Excerpted data.
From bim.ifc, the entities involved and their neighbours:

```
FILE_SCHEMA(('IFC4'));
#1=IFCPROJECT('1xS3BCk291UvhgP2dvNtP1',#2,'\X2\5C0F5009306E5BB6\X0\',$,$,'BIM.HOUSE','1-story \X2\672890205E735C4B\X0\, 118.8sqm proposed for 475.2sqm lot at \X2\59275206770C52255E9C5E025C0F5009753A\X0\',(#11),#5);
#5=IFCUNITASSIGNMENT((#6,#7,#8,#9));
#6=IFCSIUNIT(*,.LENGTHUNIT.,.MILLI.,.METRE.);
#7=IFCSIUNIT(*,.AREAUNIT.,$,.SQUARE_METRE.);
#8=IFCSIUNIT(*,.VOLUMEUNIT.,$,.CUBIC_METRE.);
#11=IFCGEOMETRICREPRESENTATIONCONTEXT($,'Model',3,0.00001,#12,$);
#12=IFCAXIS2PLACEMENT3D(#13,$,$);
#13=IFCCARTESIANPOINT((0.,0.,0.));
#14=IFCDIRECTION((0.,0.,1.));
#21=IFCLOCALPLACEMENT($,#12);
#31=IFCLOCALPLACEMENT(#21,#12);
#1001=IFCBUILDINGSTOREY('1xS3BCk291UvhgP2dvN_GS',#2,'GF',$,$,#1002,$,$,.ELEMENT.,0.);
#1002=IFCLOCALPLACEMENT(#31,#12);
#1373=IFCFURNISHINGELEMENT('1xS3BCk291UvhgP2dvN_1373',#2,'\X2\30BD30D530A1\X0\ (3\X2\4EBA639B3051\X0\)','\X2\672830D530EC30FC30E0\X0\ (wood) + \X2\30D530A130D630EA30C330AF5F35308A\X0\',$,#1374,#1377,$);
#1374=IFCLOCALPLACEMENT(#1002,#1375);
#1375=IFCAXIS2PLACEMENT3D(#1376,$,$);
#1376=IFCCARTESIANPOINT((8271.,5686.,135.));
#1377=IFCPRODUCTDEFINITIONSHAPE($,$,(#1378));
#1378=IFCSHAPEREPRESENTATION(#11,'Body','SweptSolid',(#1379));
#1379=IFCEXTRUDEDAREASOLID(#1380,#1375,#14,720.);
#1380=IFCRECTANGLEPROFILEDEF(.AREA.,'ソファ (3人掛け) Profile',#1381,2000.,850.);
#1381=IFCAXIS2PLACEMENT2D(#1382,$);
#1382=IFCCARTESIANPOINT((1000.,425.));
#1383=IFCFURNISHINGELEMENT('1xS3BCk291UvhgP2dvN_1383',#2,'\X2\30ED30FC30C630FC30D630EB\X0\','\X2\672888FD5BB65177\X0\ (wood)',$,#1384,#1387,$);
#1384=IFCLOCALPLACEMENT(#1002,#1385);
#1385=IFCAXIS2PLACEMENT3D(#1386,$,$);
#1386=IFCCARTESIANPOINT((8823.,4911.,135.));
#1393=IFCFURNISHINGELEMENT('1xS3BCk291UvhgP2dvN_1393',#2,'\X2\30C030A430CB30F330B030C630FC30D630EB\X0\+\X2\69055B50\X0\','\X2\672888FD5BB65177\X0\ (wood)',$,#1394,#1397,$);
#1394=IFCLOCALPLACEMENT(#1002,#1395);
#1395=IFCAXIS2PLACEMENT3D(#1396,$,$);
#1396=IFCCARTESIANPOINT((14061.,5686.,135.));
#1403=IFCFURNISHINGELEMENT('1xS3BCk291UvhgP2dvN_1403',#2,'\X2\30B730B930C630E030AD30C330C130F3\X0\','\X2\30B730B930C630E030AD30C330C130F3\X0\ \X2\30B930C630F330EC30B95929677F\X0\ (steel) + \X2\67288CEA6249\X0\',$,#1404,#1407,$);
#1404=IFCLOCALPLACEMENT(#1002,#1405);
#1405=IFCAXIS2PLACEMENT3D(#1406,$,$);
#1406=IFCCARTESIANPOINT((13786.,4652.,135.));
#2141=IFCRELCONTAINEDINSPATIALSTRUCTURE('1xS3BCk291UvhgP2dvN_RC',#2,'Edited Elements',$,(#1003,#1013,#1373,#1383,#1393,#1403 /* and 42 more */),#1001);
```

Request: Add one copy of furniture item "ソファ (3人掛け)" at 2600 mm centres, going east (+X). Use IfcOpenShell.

```python
import numpy as np
import ifcopenshell
import ifcopenshell.api.geometry
import ifcopenshell.api.root
import ifcopenshell.util.element
import ifcopenshell.util.placement

model = ifcopenshell.open("bim.ifc")


def reuse_history(source, copy):
    """copy_class also copies each property set's owner history, people and application; keep the originals."""
    for rel in copy.IsDefinedBy:
        if rel.is_a("IfcRelDefinesByProperties") and (history := rel.RelatingPropertyDefinition.OwnerHistory):
            rel.RelatingPropertyDefinition.OwnerHistory = source.OwnerHistory
            ifcopenshell.util.element.remove_deep2(model, history)


source = model.by_id(1373)
base = ifcopenshell.util.placement.get_local_placement(source.ObjectPlacement)
step = np.array([1.0, 0.0, 0.0]) * 2600.0

for i in range(1, 2):
    copy = ifcopenshell.api.root.copy_class(model, product=source)
    copy.Representation = ifcopenshell.util.element.copy_deep(
        model, source.Representation, exclude=["IfcGeometricRepresentationContext", "IfcRepresentationMap"]
    )
    reuse_history(source, copy)
    matrix = base.copy()
    matrix[:3, 3] += i * step
    print("added at", matrix[:3, 3].round(3) + 0.0)
    ifcopenshell.api.geometry.edit_object_placement(model, product=copy, matrix=matrix, is_si=False)

model.write("bim_edited.ifc")
```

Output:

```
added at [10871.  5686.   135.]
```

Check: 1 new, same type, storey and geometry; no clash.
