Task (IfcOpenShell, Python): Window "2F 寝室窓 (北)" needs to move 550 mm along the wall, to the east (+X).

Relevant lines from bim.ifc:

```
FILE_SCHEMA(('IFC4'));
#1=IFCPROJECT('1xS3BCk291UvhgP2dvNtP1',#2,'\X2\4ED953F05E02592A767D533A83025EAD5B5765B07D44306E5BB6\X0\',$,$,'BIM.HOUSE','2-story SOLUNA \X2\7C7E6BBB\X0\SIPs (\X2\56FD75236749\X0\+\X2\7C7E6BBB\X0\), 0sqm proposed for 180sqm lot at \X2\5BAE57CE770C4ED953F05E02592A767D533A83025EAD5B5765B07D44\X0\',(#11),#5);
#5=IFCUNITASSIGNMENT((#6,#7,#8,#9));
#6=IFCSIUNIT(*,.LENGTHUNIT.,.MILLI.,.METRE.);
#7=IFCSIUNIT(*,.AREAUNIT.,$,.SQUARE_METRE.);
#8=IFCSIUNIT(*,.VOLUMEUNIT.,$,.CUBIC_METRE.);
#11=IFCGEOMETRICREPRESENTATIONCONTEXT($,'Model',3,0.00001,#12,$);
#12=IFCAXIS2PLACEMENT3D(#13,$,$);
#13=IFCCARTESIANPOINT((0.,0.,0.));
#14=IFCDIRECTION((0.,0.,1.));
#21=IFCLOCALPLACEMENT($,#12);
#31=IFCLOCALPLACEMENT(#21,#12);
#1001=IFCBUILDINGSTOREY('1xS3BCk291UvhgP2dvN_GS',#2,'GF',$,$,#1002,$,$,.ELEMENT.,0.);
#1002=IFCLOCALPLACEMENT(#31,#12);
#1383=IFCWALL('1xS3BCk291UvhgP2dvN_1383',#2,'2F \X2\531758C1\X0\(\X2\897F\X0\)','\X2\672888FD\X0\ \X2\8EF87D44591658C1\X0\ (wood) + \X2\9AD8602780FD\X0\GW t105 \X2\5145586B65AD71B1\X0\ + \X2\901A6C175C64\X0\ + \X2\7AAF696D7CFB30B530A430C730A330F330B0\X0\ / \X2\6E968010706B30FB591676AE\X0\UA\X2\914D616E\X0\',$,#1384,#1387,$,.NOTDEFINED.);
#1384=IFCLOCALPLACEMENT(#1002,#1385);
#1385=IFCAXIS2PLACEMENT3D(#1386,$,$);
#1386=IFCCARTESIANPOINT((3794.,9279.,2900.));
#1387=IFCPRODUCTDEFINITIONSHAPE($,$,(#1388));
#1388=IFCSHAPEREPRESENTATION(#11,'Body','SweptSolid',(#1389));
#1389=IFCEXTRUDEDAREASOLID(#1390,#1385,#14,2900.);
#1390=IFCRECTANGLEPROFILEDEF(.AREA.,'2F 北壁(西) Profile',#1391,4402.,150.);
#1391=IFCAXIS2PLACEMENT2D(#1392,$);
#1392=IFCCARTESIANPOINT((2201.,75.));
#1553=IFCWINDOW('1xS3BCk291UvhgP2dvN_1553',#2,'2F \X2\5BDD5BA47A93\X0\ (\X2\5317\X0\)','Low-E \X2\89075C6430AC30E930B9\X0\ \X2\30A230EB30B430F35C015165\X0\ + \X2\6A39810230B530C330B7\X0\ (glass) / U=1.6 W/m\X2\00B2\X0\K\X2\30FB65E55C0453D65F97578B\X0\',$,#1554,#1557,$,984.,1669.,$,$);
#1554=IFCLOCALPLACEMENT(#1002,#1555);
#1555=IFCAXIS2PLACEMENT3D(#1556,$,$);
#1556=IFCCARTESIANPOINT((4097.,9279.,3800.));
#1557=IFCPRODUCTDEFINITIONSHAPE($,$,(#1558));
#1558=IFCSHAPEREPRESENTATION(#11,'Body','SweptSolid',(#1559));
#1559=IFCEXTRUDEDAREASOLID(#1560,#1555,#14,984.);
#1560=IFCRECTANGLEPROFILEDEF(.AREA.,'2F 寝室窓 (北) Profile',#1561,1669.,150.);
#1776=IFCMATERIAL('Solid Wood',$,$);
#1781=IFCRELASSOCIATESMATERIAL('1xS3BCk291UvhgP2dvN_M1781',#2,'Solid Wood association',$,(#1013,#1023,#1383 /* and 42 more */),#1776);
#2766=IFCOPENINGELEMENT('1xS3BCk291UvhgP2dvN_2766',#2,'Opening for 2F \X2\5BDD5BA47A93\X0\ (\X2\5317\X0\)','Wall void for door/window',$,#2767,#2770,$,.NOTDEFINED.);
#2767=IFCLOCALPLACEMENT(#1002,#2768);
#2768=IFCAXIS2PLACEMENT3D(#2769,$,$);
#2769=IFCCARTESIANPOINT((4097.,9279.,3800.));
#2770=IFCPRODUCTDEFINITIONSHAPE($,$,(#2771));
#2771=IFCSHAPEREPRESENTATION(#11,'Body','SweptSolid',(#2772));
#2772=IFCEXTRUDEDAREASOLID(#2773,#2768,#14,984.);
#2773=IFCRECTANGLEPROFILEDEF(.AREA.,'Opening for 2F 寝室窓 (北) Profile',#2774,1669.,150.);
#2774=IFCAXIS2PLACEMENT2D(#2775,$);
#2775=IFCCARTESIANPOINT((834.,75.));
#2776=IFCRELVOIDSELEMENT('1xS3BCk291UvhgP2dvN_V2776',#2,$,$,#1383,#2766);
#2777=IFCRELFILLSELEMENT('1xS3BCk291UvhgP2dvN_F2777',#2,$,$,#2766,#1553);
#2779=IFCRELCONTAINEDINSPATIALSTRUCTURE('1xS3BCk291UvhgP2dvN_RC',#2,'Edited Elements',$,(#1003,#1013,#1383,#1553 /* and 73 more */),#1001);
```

```python
import ifcopenshell
import ifcopenshell.api.geometry
import ifcopenshell.util.placement
import ifcopenshell.util.unit

model = ifcopenshell.open("bim.ifc")
unit_scale = ifcopenshell.util.unit.calculate_unit_scale(model)

window = model.by_id(1553)
opening = window.FillsVoids[0].RelatingOpeningElement
wall = opening.VoidsElements[0].RelatingBuildingElement

wall_matrix = ifcopenshell.util.placement.get_local_placement(wall.ObjectPlacement)
shift = wall_matrix[:3, 0] * 0.55 / unit_scale
before = ifcopenshell.util.placement.get_local_placement(window.ObjectPlacement)[:3, 3].copy()

# The window is not placed relative to its opening, so move both.
for product in (opening, window):
    matrix = ifcopenshell.util.placement.get_local_placement(product.ObjectPlacement)
    matrix[:3, 3] += shift
    ifcopenshell.api.geometry.edit_object_placement(model, product=product, matrix=matrix, is_si=False)

after = ifcopenshell.util.placement.get_local_placement(window.ObjectPlacement)[:3, 3]
print("window moved by", (after - before).round(3) + 0.0)

model.write("bim_rev.ifc")
```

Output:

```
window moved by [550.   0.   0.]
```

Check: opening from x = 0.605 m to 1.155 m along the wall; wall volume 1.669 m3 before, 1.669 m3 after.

Work request.
If a line of the entries holds the word "Body", copy it out.

Result of the task.
#1378=IFCSHAPEREPRESENTATION(#11,'Body','SweptSolid',(#1379));
#1388=IFCSHAPEREPRESENTATION(#11,'Body','SweptSolid',(#1389));
#1558=IFCSHAPEREPRESENTATION(#11,'Body','SweptSolid',(#1559));
#2771=IFCSHAPEREPRESENTATION(#11,'Body','SweptSolid',(#2772));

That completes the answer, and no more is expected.